Just use row_number():

SELECT t.*
FROM (SELECT t.*,
             ROW_NUMBER() OVER (PARTITION BY ADDRESS, POSTCODE
                                ORDER BY DATE DESC
                               ) as seqnum
      FROM [mytable] t
     ) t
WHERE seqnum = 1;

This is not an aggregation query. You want to filter the rows to get the most recent value.

Gordon Linoff
  • 1,242,037
  • 58
  • 646
  • 786
  • Thanks! Out of interest, why is this preferable to my method? – Richard Apr 12 '17 at 11:35
  • 1
    Your method doesn't let you retrieve the price associated with the maximum date unless you do a self join, whereas this one doesn't require a join.
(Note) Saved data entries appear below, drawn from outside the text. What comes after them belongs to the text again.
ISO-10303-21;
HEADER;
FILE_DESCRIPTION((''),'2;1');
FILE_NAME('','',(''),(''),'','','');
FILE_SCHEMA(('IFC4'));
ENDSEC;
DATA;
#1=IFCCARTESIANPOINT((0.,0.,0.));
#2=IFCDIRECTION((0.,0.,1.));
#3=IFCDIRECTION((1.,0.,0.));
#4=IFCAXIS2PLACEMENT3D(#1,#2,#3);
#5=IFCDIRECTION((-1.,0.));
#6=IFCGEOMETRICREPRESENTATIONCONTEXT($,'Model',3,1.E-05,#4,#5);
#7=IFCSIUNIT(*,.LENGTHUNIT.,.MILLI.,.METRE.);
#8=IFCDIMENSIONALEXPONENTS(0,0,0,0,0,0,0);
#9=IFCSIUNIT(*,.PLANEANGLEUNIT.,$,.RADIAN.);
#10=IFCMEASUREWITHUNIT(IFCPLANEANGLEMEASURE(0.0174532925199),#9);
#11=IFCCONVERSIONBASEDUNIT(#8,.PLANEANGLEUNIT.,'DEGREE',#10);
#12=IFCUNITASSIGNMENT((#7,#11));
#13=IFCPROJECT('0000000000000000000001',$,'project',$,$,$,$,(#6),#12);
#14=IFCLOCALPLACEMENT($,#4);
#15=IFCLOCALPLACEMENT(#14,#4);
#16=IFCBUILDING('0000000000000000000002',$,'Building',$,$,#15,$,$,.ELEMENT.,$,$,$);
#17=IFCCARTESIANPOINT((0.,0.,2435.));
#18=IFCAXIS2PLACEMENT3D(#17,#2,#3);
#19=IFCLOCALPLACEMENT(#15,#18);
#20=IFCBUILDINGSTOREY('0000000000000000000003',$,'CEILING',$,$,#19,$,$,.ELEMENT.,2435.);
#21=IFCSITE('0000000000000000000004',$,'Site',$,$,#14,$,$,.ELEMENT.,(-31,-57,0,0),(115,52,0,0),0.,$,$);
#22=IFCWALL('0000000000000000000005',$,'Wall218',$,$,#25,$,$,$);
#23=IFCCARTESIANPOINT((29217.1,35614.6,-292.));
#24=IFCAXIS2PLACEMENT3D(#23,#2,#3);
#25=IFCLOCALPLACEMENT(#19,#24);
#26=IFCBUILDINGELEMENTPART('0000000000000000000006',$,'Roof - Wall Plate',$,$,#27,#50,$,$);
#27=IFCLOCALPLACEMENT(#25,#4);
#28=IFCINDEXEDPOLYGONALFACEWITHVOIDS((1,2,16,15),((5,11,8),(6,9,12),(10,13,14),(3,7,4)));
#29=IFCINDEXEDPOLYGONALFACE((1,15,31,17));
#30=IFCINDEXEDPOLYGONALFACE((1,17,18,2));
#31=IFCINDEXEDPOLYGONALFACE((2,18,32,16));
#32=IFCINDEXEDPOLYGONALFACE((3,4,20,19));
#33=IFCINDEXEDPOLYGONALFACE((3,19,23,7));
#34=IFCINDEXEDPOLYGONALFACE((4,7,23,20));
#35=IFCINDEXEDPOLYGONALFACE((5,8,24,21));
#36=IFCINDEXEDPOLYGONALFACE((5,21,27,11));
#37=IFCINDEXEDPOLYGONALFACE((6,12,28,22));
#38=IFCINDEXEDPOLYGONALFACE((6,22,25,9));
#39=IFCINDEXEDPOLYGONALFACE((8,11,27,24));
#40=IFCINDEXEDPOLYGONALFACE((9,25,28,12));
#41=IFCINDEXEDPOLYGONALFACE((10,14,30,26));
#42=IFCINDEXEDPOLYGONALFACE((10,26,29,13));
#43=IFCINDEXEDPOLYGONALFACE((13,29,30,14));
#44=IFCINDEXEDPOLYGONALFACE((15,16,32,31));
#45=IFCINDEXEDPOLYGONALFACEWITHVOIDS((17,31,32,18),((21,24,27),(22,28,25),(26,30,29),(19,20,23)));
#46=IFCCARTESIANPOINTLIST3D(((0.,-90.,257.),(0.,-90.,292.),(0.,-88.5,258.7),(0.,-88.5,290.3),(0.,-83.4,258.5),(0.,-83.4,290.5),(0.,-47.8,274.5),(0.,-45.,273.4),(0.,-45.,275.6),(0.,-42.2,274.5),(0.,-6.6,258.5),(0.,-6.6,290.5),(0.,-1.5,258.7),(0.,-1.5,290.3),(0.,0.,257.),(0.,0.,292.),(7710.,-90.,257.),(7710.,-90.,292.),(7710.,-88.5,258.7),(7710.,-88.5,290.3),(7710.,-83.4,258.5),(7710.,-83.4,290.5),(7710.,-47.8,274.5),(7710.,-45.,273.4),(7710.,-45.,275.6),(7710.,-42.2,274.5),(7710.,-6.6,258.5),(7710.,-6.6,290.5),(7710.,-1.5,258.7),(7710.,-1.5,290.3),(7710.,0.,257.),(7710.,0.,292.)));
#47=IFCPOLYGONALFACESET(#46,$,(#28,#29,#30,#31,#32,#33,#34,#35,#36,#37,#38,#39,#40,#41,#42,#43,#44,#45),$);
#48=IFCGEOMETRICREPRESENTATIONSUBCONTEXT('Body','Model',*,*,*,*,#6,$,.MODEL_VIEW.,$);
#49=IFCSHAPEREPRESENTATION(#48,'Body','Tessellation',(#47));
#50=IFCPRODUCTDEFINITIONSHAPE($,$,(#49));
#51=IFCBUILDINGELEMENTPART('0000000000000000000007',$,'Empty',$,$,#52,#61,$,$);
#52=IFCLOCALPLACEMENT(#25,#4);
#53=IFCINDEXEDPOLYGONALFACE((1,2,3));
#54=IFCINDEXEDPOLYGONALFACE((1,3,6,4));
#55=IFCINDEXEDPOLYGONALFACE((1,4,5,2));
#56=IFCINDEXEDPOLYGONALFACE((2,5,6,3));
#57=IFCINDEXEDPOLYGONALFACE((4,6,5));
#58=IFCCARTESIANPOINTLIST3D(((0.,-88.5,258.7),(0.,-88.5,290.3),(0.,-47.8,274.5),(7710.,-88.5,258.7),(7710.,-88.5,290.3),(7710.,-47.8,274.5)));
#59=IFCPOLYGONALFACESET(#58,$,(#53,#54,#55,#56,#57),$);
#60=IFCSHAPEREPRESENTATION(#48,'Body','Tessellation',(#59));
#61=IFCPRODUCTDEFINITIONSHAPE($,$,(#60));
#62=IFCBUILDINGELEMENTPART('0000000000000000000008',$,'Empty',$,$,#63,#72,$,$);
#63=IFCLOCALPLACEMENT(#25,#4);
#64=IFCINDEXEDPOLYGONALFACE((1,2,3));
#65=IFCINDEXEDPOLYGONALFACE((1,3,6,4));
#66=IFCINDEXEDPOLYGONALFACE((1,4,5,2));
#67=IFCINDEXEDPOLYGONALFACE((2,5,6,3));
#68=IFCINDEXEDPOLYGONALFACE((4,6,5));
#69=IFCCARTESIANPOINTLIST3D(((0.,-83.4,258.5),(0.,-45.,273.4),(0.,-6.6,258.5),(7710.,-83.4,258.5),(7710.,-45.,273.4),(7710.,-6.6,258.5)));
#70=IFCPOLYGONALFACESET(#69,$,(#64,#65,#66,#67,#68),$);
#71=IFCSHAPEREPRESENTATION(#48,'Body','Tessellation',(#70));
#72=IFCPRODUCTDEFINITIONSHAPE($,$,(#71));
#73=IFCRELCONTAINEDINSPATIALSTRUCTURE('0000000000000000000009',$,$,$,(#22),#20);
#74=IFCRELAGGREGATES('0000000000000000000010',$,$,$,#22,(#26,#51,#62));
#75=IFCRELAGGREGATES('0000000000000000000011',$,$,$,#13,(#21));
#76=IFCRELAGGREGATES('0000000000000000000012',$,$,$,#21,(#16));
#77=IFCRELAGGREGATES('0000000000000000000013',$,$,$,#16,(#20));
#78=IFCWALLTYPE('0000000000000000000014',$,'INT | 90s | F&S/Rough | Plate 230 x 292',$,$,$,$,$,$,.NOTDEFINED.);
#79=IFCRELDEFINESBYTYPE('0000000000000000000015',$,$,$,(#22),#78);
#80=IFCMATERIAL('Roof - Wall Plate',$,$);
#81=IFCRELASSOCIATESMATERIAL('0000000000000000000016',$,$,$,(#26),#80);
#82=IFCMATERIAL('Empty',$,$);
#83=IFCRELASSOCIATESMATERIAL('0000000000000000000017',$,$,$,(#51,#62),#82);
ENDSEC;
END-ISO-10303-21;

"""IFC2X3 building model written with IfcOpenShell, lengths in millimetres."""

from ifc_helpers import new_model, entity, si_unit, converted_unit, direction, frame, origin_with_axes, place, context, subcontext, project, spatial, polyline, outline, extrude, material, type_object, element, aggregate, save


model = new_model("IFC2X3")

# Units and contexts
model_context = context("Model", 3, precision=1e-05, world=origin_with_axes(), true_north=direction((-1.0, 0.0)))
body_context = subcontext(model_context, "Body", "Model", "MODEL_VIEW")
ifc_project = project(units=[si_unit("LENGTHUNIT", "METRE", prefix="MILLI"), converted_unit("PLANEANGLEUNIT", "DEGREE", entity("IfcPlaneAngleMeasure", 0.0174532925199), si_unit("PLANEANGLEUNIT", "RADIAN"), dimensions=[0, 0, 0, 0, 0, 0, 0])], contexts=[model_context])

# Site, building, storey
site_placement = place(None, origin_with_axes())
site = spatial("IfcSite", under=ifc_project, at=site_placement, Name="Site", CompositionType="ELEMENT", RefLatitude=(-31, -57, 0, 0), RefLongitude=(115, 52, 0, 0), RefElevation=0.0)
building_placement = place(site_placement, origin_with_axes())
building = spatial("IfcBuilding", under=site, at=building_placement, Name="Building", CompositionType="ELEMENT")
storey_placement = place(building_placement, frame((0.0, 0.0, 2435.0), z_axis=(0.0, 0.0, 1.0), x_axis=(1.0, 0.0, 0.0)))
storey = spatial("IfcBuildingStorey", under=building, at=storey_placement, Name="CEILING", CompositionType="ELEMENT", Elevation=2435.0)

# Wall, building element parts
wall_type = type_object("IfcWallType", Name="INT | 90s | F&S/Rough | Plate 230 x 292", PredefinedType="NOTDEFINED")
ifc_material_1 = material(Name="Roof - Wall Plate")
ifc_material_2 = material(Name="Empty")
wall_1_placement = place(storey_placement, frame((29217.1, 35614.6, -292.0), z_axis=(0.0, 0.0, 1.0), x_axis=(1.0, 0.0, 0.0)))
wall_1 = element("IfcWall", 1, at=wall_1_placement, inside=storey, type_object=wall_type, Name="Wall218")
building_element_part_1_placement = place(wall_1_placement, origin_with_axes())
building_element_part_1 = element("IfcBuildingElementPart", 2, at=building_element_part_1_placement, material=ifc_material_1, Name="Roof - Wall Plate", context=body_context, shape_type="SweptSolid", body=[
    extrude(outline(polyline([(-90.0, 257.0), (0.0, 257.0), (0.0, 292.0), (-90.0, 292.0), (-90.0, 257.0)]), holes=[polyline([(-83.4, 290.5), (-6.6, 290.5), (-45.0, 275.6), (-83.4, 290.5)]), polyline([(-42.2, 274.5), (-1.5, 290.3), (-1.5, 258.7), (-42.2, 274.5)]), polyline([(-6.6, 258.5), (-83.4, 258.5), (-45.0, 273.4), (-6.6, 258.5)]), polyline([(-88.5, 258.7), (-88.5, 290.3), (-47.8, 274.5), (-88.5, 258.7)])]), frame((0.0, 0.0, 0.0), z_axis=(1.0, 0.0, 0.0), x_axis=(0.0, 1.0, 0.0)), (0.0, 0.0, 1.0), 7710.0),
])
building_element_part_2_placement = place(wall_1_placement, origin_with_axes())
building_element_part_2 = element("IfcBuildingElementPart", 3, at=building_element_part_2_placement, material=ifc_material_2, Name="Empty", context=body_context, shape_type="SweptSolid", body=[
    extrude(outline(polyline([(-47.8, 274.5), (-88.5, 290.3), (-88.5, 258.7), (-47.8, 274.5)])), frame((0.0, 0.0, 0.0), z_axis=(1.0, 0.0, 0.0), x_axis=(0.0, 1.0, 0.0)), (0.0, 0.0, 1.0), 7710.0),
])
building_element_part_3_placement = place(wall_1_placement, origin_with_axes())
building_element_part_3 = element("IfcBuildingElementPart", 4, at=building_element_part_3_placement, material=ifc_material_2, Name="Empty", context=body_context, shape_type="SweptSolid", body=[
    extrude(outline(polyline([(-6.6, 258.5), (-45.0, 273.4), (-83.4, 258.5), (-6.6, 258.5)])), frame((0.0, 0.0, 0.0), z_axis=(1.0, 0.0, 0.0), x_axis=(0.0, 1.0, 0.0)), (0.0, 0.0, 1.0), 7710.0),
])
aggregate(wall_1, [building_element_part_1, building_element_part_2, building_element_part_3])

save(model, "model.ifc")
You could also take a look at my answer in http://stackoverflow.com/a/43340019/6253347 as an example of using aggregate functions to select the most recent row. – Elliott Brossard Apr 12 '17 at 11:53
5

Try below for BigQuery Standard SQL

#standardSQL
SELECT row.* FROM (
  SELECT ARRAY_AGG(t ORDER BY date DESC LIMIT 1)[OFFSET(0)] AS row
  FROM `yourTable` AS t
  GROUP BY address, postcode
)  

You can play/test it with dummy data as below

#standardSQL
WITH yourTable AS (
  SELECT 'address_1' AS address, 'postcode_1' AS postcode, '2017-01-01' AS date, 1 AS price UNION ALL
  SELECT 'address_1', 'postcode_1', '2017-01-02', 2 UNION ALL
  SELECT 'address_1', 'postcode_1', '2017-01-03', 3 UNION ALL
  SELECT 'address_1', 'postcode_1', '2017-01-04', 4 UNION ALL
  SELECT 'address_2', 'postcode_2', '2017-01-01', 5 UNION ALL
  SELECT 'address_3', 'postcode_1', '2017-01-01', 6 UNION ALL
  SELECT 'address_3', 'postcode_1', '2017-01-02', 7 UNION ALL
  SELECT 'address_3', 'postcode_1', '2017-01-03', 8 
)
SELECT row.* FROM (
  SELECT ARRAY_AGG(t ORDER BY date DESC LIMIT 1)[OFFSET(0)] AS row
  FROM `yourTable` AS t
  GROUP BY address, postcode
)
Mikhail Berlyant
  • 165,386
  • 8
  • 154
  • 230